Palmer, who has won two Emmy Awards for his own wildlife films, believes that pushing this misinformation — that sharks are nothing but dangerous killing machines — can hurt conservation efforts. “The wrong perception can lead to misperceptions and in the end, I think, hurt public policy toward these animals,” he observes. “One has to wonder how that affects work that goes on at CITES [the Convention on International Trade in Endangered Species] and places like that where we try to get international protection for sharks. If the populace is thinking of sharks as dangerous, why would anyone save them? That makes it harder, I think, to do the right thing.”

Real or fake?

Demonizing animals is just one of the many kinds of fakery tainting the wildlife filmmaking industry. Another kind of deception involves manipulating events to get the “right” shots on film. That might include leaving food out for animals, dosing a carcass with candy, drugging animals so they don’t move or pushing them toward the camera. “The worst case is when you put predator and prey together to get photographs,” Palmer says. Although this technique has been employed extensively in the past, he calls it immoral: “You get these dramatic shots, but people don’t see animals as they really are.”

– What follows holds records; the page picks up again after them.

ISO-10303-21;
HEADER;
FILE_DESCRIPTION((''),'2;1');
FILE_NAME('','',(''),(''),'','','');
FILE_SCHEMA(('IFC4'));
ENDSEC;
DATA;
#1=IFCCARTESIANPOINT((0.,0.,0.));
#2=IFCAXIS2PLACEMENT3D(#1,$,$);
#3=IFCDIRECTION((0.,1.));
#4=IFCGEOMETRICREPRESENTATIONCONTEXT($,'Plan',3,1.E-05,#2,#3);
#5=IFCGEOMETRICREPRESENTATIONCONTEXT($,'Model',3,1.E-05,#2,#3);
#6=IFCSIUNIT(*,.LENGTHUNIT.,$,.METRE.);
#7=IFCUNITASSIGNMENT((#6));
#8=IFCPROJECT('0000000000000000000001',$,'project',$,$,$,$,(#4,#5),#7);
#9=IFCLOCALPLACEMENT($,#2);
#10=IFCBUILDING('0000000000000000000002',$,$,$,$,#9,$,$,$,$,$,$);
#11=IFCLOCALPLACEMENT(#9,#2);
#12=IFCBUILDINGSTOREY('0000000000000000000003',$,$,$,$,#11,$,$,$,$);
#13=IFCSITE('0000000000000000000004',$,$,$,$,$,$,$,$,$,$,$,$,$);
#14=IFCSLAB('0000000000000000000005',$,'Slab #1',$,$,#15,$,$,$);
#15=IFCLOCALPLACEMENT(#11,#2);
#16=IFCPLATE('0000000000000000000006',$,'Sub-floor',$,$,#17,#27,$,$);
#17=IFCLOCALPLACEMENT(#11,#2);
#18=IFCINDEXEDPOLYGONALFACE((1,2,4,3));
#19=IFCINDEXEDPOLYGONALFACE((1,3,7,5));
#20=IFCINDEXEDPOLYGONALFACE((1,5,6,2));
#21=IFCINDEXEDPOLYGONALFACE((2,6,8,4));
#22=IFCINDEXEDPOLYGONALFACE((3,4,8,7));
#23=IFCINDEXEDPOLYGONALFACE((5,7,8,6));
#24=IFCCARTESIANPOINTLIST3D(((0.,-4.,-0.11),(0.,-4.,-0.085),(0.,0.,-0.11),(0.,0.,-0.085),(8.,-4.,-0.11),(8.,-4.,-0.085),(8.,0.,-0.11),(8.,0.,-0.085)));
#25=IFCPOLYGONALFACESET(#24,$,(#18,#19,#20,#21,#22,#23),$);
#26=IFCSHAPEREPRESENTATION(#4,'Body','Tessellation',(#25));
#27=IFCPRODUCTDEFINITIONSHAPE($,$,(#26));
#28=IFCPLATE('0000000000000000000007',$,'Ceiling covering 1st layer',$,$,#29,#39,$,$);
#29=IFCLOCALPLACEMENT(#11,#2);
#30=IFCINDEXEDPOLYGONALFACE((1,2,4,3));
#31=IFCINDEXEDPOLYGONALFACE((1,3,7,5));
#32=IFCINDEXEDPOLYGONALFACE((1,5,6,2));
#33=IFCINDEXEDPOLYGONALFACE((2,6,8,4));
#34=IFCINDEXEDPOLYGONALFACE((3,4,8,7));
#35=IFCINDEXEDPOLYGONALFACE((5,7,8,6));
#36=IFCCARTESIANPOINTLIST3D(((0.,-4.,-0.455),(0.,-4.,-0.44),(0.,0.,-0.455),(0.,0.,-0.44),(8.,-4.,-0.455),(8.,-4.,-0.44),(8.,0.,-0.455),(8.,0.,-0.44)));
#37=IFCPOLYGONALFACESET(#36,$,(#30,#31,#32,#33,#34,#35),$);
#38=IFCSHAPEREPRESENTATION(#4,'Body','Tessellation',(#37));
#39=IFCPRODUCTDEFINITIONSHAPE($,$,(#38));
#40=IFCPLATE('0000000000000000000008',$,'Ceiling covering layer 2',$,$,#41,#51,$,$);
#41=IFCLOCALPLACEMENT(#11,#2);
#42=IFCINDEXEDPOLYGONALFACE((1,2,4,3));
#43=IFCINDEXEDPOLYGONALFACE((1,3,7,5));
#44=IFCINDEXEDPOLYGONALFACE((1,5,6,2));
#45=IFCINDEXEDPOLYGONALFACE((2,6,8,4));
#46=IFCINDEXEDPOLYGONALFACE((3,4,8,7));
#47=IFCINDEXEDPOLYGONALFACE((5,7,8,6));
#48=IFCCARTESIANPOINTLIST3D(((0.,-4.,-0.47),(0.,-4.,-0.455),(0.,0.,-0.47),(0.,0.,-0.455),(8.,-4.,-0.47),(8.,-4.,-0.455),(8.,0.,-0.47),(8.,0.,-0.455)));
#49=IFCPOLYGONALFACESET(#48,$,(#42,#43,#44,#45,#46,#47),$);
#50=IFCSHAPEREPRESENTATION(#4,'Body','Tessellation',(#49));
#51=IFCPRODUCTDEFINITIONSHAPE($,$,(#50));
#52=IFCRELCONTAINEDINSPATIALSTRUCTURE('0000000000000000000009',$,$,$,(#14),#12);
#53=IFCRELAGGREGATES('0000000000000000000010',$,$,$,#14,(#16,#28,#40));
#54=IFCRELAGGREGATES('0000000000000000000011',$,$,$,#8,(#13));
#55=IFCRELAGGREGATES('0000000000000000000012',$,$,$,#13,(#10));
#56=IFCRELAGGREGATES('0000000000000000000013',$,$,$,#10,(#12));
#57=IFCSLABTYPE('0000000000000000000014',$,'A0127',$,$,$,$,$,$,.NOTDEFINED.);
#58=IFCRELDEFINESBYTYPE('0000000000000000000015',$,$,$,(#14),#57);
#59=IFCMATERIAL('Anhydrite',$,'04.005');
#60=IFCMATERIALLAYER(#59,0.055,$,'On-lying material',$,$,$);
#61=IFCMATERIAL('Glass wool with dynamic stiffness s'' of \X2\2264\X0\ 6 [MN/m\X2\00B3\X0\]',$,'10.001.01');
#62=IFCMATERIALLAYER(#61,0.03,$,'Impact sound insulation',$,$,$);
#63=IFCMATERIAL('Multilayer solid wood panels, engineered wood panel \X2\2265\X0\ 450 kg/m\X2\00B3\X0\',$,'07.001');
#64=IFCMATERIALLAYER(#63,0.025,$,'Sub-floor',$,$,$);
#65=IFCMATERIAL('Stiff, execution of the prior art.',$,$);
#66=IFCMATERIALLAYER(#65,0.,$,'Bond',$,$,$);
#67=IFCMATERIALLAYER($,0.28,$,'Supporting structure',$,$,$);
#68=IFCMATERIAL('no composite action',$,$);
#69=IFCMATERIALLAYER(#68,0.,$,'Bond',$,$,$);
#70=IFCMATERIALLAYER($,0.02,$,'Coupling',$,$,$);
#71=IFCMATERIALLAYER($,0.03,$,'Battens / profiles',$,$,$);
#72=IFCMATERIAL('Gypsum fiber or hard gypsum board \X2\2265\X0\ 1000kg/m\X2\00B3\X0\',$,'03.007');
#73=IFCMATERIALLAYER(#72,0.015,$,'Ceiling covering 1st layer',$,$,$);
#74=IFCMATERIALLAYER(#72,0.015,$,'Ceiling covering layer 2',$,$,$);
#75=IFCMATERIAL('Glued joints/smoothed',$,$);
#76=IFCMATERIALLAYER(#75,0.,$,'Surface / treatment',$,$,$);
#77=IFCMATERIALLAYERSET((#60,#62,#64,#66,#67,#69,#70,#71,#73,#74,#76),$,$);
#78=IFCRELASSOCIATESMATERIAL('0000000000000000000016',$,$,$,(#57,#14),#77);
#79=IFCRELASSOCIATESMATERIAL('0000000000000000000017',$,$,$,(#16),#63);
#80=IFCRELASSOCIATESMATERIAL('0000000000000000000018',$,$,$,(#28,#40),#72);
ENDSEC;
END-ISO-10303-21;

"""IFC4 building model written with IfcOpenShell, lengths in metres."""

from ifc_helpers import new_model, si_unit, direction, frame, frame_2d, origin, place, context, project, spatial, rectangle, extrude, material, layer, layer_set, type_object, element, aggregate, save


model = new_model("IFC4")

# Units and contexts
plan_context = context("Plan", 3, precision=1e-05, world=origin(), true_north=direction((0.0, 1.0)))
model_context = context("Model", 3, precision=1e-05, world=origin(), true_north=direction((0.0, 1.0)))
ifc_project = project(units=[si_unit("LENGTHUNIT", "METRE")], contexts=[plan_context, model_context])

# Site, building, storey
site = spatial("IfcSite", under=ifc_project)
building_placement = place(None, origin())
building = spatial("IfcBuilding", under=site, at=building_placement)
storey_placement = place(building_placement, origin())
storey = spatial("IfcBuildingStorey", under=building, at=storey_placement)

# Slab, plates
ifc_material_1 = material(Name="Anhydrite", Category="04.005")
ifc_layer_1 = layer(ifc_material_1, 0.055, Name="On-lying material")
ifc_material_2 = material(Name="Glass wool with dynamic stiffness s' of ≤ 6 [MN/m³]", Category="10.001.01")
ifc_layer_2 = layer(ifc_material_2, 0.03, Name="Impact sound insulation")
ifc_material_3 = material(Name="Multilayer solid wood panels, engineered wood panel ≥ 450 kg/m³", Category="07.001")
ifc_layer_3 = layer(ifc_material_3, 0.025, Name="Sub-floor")
ifc_material_4 = material(Name="Stiff, execution of the prior art.")
ifc_layer_4 = layer(ifc_material_4, 0.0, Name="Bond")
ifc_layer_5 = layer(None, 0.28, Name="Supporting structure")
ifc_material_5 = material(Name="no composite action")
ifc_layer_6 = layer(ifc_material_5, 0.0, Name="Bond")
ifc_layer_7 = layer(None, 0.02, Name="Coupling")
ifc_layer_8 = layer(None, 0.03, Name="Battens / profiles")
ifc_material_6 = material(Name="Gypsum fiber or hard gypsum board ≥ 1000kg/m³", Category="03.007")
ifc_layer_9 = layer(ifc_material_6, 0.015, Name="Ceiling covering 1st layer")
ifc_layer_10 = layer(ifc_material_6, 0.015, Name="Ceiling covering layer 2")
ifc_material_7 = material(Name="Glued joints/smoothed")
ifc_layer_11 = layer(ifc_material_7, 0.0, Name="Surface / treatment")
ifc_layer_set = layer_set([ifc_layer_1, ifc_layer_2, ifc_layer_3, ifc_layer_4, ifc_layer_5, ifc_layer_6, ifc_layer_7, ifc_layer_8, ifc_layer_9, ifc_layer_10, ifc_layer_11])
slab_type = type_object("IfcSlabType", Name="A0127", PredefinedType="NOTDEFINED", material=ifc_layer_set)
slab_placement = place(None, frame((0.0, 0.0, 0.0), z_axis=(0.0, 0.0, -1.0), x_axis=(1.0, 0.0, 0.0)))
slab = element("IfcSlab", 1, at=slab_placement, inside=storey, type_object=slab_type, material=ifc_layer_set, Name="Slab #1")
plate_1_placement = place(slab_placement, origin())
plate_1 = element("IfcPlate", 2, at=plate_1_placement, material=ifc_material_3, Name="Sub-floor", context=plan_context, shape_type="SweptSolid", body=[
    extrude(rectangle(XDim=8.0, YDim=4.0, at=frame_2d((4.0, 2.0), x_axis=(1.0, 0.0))), frame((0.0, 0.0, 0.085), z_axis=(0.0, 0.0, 1.0), x_axis=(1.0, 0.0, 0.0)), (0.0, 0.0, 1.0), 0.025),
])
plate_2_placement = place(slab_placement, origin())
plate_2 = element("IfcPlate", 3, at=plate_2_placement, material=ifc_material_6, Name="Ceiling covering 1st layer", context=plan_context, shape_type="SweptSolid", body=[
    extrude(rectangle(XDim=8.0, YDim=4.0, at=frame_2d((4.0, 2.0), x_axis=(1.0, 0.0))), frame((0.0, 0.0, 0.44), z_axis=(0.0, 0.0, 1.0), x_axis=(1.0, 0.0, 0.0)), (0.0, 0.0, 1.0), 0.015),
])
plate_3_placement = place(slab_placement, origin())
plate_3 = element("IfcPlate", 4, at=plate_3_placement, material=ifc_material_6, Name="Ceiling covering layer 2", context=plan_context, shape_type="SweptSolid", body=[
    extrude(rectangle(XDim=8.0, YDim=4.0, at=frame_2d((4.0, 2.0), x_axis=(1.0, 0.0))), frame((0.0, 0.0, 0.455), z_axis=(0.0, 0.0, 1.0), x_axis=(1.0, 0.0, 0.0)), (0.0, 0.0, 1.0), 0.015),
])
aggregate(slab, [plate_1, plate_2, plate_3])

save(model, "model.ifc")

In other cases, what appears to be on camera isn’t completely true even if it may seem to be that way on the surface. Some films claim to follow the story of specific animals, although the footage is of multiple individuals edited together to tell a “real” story. In other films, discordant shots are edited together to depict something that could not be filmed in the wild. Sir David Attenborough’s Frozen Planet series infamously mixed footage of polar bears in the wild with sequences shot in a zoo. This created a scandal a few years ago when viewers found out, and the Discovery Channel added a disclaimer when it brought the series to the U.S.

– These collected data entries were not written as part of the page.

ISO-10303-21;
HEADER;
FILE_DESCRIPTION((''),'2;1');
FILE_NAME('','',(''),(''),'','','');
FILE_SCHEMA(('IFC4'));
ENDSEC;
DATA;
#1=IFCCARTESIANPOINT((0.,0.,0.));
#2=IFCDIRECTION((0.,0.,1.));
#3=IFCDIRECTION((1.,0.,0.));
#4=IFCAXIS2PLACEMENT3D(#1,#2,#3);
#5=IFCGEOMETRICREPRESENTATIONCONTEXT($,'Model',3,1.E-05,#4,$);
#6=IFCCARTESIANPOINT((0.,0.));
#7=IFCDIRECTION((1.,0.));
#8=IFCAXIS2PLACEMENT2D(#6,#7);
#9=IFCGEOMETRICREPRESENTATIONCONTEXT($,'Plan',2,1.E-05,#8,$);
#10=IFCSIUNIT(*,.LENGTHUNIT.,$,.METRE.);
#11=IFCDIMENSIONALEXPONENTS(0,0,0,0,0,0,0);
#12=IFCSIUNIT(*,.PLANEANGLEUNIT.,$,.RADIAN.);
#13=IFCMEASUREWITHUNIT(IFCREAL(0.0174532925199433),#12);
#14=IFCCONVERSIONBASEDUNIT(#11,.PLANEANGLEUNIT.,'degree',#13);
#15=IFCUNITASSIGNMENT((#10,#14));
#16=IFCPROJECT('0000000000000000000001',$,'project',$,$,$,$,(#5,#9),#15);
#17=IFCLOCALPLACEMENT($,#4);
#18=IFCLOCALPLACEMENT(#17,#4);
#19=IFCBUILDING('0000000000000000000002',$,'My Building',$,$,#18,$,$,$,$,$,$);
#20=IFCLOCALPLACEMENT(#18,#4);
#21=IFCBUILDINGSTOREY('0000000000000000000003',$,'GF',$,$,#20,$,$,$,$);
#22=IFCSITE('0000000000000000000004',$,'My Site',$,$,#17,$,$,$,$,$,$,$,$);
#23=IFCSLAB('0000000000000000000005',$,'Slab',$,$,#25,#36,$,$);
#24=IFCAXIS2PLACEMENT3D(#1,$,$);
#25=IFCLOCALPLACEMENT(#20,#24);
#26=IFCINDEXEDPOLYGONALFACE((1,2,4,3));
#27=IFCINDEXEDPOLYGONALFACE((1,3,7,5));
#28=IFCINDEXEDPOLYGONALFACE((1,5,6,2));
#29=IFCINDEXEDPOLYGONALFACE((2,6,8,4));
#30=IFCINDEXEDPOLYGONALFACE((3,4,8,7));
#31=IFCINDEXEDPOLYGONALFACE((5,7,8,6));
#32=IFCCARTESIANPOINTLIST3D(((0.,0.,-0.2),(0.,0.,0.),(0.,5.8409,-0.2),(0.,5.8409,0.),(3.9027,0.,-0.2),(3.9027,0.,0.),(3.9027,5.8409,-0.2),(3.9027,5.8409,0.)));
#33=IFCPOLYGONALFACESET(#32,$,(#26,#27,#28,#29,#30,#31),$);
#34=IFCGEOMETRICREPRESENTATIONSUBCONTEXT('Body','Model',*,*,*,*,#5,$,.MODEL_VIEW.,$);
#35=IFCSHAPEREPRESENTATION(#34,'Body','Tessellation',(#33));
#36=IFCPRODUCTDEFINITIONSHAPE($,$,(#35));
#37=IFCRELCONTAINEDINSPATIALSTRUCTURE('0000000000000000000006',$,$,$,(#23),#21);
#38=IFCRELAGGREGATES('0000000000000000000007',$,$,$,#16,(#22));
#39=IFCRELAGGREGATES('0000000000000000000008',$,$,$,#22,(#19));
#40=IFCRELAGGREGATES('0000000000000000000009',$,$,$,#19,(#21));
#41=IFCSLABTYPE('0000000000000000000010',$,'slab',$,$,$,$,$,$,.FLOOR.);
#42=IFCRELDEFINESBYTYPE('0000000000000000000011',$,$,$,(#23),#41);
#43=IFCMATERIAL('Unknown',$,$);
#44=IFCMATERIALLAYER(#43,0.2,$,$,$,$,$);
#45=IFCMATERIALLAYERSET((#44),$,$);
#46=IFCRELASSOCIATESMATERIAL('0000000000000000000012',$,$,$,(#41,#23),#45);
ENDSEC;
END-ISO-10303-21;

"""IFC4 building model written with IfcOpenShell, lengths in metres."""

from ifc_helpers import new_model, entity, si_unit, converted_unit, frame, origin_with_axes, origin_2d_with_axis, place, context, subcontext, project, spatial, line, indexed_curve, outline, extrude, material, layer, layer_set, layer_usage, type_object, element, save


model = new_model("IFC4")

# Units and contexts
model_context = context("Model", 3, precision=1e-05, world=origin_with_axes())
plan_context = context("Plan", 2, precision=1e-05, world=origin_2d_with_axis())
body_context = subcontext(model_context, "Body", "Model", "MODEL_VIEW")
ifc_project = project(units=[si_unit("LENGTHUNIT", "METRE"), converted_unit("PLANEANGLEUNIT", "degree", entity("IfcReal", 0.0174532925199433), si_unit("PLANEANGLEUNIT", "RADIAN"), dimensions=[0, 0, 0, 0, 0, 0, 0])], contexts=[model_context, plan_context])

# Site, building, storey
site_placement = place(None, origin_with_axes())
site = spatial("IfcSite", under=ifc_project, at=site_placement, Name="My Site")
building_placement = place(site_placement, origin_with_axes())
building = spatial("IfcBuilding", under=site, at=building_placement, Name="My Building")
storey_placement = place(building_placement, origin_with_axes())
storey = spatial("IfcBuildingStorey", under=building, at=storey_placement, Name="GF")

# Slab
ifc_material = material(Name="Unknown")
ifc_layer = layer(ifc_material, 0.2)
ifc_layer_set = layer_set([ifc_layer])
ifc_layer_usage = layer_usage(ifc_layer_set, "AXIS3", "POSITIVE", 0.0)
slab_type = type_object("IfcSlabType", Name="slab", PredefinedType="FLOOR", material=ifc_layer_set)
slab_placement = place(storey_placement, frame((0.0, 0.0, -0.2), z_axis=(0.0, 0.0, 1.0), x_axis=(1.0, 0.0, 0.0)))
element("IfcSlab", 1, at=slab_placement, inside=storey, type_object=slab_type, material=ifc_layer_usage, Name="Slab", context=body_context, shape_type="SweptSolid", body=[
    extrude(outline(indexed_curve([(0.0, 0.0), (3.9027, 0.0), (3.9027, 5.8409), (0.0, 5.8409)], segments=[line(3, 2), line(2, 1), line(1, 4), line(4, 3)], self_intersect=False)), None, (0.0, 0.0, 1.0), 0.2),
])

save(model, "model.ifc")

A more subtle kind of fakery can occur in the editing stages. Filmmakers might be in the field for months at a time, getting limited shots of their subjects every few weeks. But all too often those short shots can be edited together to make it seem as if they occurred in a very short sequence. “The final film looks like there are a lot of these rare animals,” Palmer says. “People watching it are saying to themselves, ‘Well, golly, what’s the problem? I was just watching this film, and I see hundreds of these chimps or these white-tipped oceanic sharks or whatever,’ and then they don’t realize that the film has been put together with very little footage because it’s hard to find these animals.”

The risk to wildlife

In addition to fakery, Palmer points out that the animals themselves are often endangered by filmmakers. “We get too close, we harass them, we’re desperate to get the money shots,” he says. “And we go in so close and bother them that some of the animals even get killed.” Ethical codes for filmmakers should prevent this from happening, but they lack enforcement. “They set a marker, but if someone breaks them there is no one in the field to say, ‘Don’t do that,’” Palmer says.

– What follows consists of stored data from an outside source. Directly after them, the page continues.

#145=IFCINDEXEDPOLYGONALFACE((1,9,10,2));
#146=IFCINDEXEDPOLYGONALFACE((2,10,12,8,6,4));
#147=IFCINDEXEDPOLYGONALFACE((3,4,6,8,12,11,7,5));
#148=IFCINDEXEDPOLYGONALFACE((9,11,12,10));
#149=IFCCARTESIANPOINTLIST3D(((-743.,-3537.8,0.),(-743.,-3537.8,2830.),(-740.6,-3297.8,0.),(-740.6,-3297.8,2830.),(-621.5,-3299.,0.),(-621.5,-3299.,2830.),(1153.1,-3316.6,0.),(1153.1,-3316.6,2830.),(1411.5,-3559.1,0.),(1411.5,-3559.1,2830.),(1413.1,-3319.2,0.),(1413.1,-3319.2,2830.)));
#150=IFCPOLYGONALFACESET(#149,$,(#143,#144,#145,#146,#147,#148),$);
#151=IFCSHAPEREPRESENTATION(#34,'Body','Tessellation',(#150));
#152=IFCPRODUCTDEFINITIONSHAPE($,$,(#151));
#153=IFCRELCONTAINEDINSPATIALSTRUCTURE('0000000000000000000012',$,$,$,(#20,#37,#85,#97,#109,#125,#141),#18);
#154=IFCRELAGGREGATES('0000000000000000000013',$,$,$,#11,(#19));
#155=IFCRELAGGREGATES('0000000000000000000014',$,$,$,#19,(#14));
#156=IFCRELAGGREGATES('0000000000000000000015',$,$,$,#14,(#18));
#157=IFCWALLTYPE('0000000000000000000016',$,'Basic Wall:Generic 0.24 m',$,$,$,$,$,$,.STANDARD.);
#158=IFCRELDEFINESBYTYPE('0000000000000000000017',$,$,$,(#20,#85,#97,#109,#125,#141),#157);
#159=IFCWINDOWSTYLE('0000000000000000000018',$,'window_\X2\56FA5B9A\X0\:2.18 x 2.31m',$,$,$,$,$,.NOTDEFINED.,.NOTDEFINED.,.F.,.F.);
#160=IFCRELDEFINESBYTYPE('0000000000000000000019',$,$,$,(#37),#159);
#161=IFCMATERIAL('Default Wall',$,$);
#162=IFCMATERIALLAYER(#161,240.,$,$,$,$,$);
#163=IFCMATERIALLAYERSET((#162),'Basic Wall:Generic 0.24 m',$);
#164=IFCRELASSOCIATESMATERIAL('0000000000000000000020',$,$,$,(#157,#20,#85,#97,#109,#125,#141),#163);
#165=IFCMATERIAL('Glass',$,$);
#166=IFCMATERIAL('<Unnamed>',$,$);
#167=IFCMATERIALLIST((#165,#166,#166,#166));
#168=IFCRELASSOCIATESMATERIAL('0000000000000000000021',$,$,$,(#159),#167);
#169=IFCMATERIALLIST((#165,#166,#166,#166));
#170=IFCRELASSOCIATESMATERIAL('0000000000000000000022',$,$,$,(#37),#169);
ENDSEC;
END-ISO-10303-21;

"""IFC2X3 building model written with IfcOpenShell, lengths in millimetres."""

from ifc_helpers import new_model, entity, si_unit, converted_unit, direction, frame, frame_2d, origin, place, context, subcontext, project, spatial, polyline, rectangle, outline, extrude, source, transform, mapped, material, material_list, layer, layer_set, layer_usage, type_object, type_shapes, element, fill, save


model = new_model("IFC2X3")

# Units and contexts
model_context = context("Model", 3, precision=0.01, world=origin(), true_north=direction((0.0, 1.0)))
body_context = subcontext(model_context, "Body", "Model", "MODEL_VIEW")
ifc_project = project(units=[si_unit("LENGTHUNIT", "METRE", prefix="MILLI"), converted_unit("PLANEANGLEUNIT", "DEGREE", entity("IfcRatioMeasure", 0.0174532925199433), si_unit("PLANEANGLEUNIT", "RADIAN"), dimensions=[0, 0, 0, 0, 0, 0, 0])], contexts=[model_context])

Many filmmakers may find themselves placed under extreme corporate pressure to get dramatic footage of rare and endangered species. Because most crews contain just one or two people and no one is in the field watching, circumstances can lead to cutting corners. “No one’s looking at you,” Palmer says. “It’s very easy to do things that no one would know about.” He notes that there aren’t any real metrics about this, because people don’t admit it, but it happens: “The only time you hear the truth is at 2 A.M. after a few beers.”

The public’s role

The public can have a role in reducing film fakery, whether it’s during Shark Week or on another wildlife program. “I would encourage people to be a little skeptical and ask questions,” he says. “How did they get that shot? Is the animal being controlled? Did that animal come from a game farm where it was held under inhumane conditions? Especially for endangered species, how was it treated? Did the filmmakers keep their distance so the animal was undisturbed or was the animal harassed and chased down to get good footage?” Asking television networks these questions, he suggests, can lead to change: “All of these networks are sensitive. I think if the public speaks up, they will do a better job.”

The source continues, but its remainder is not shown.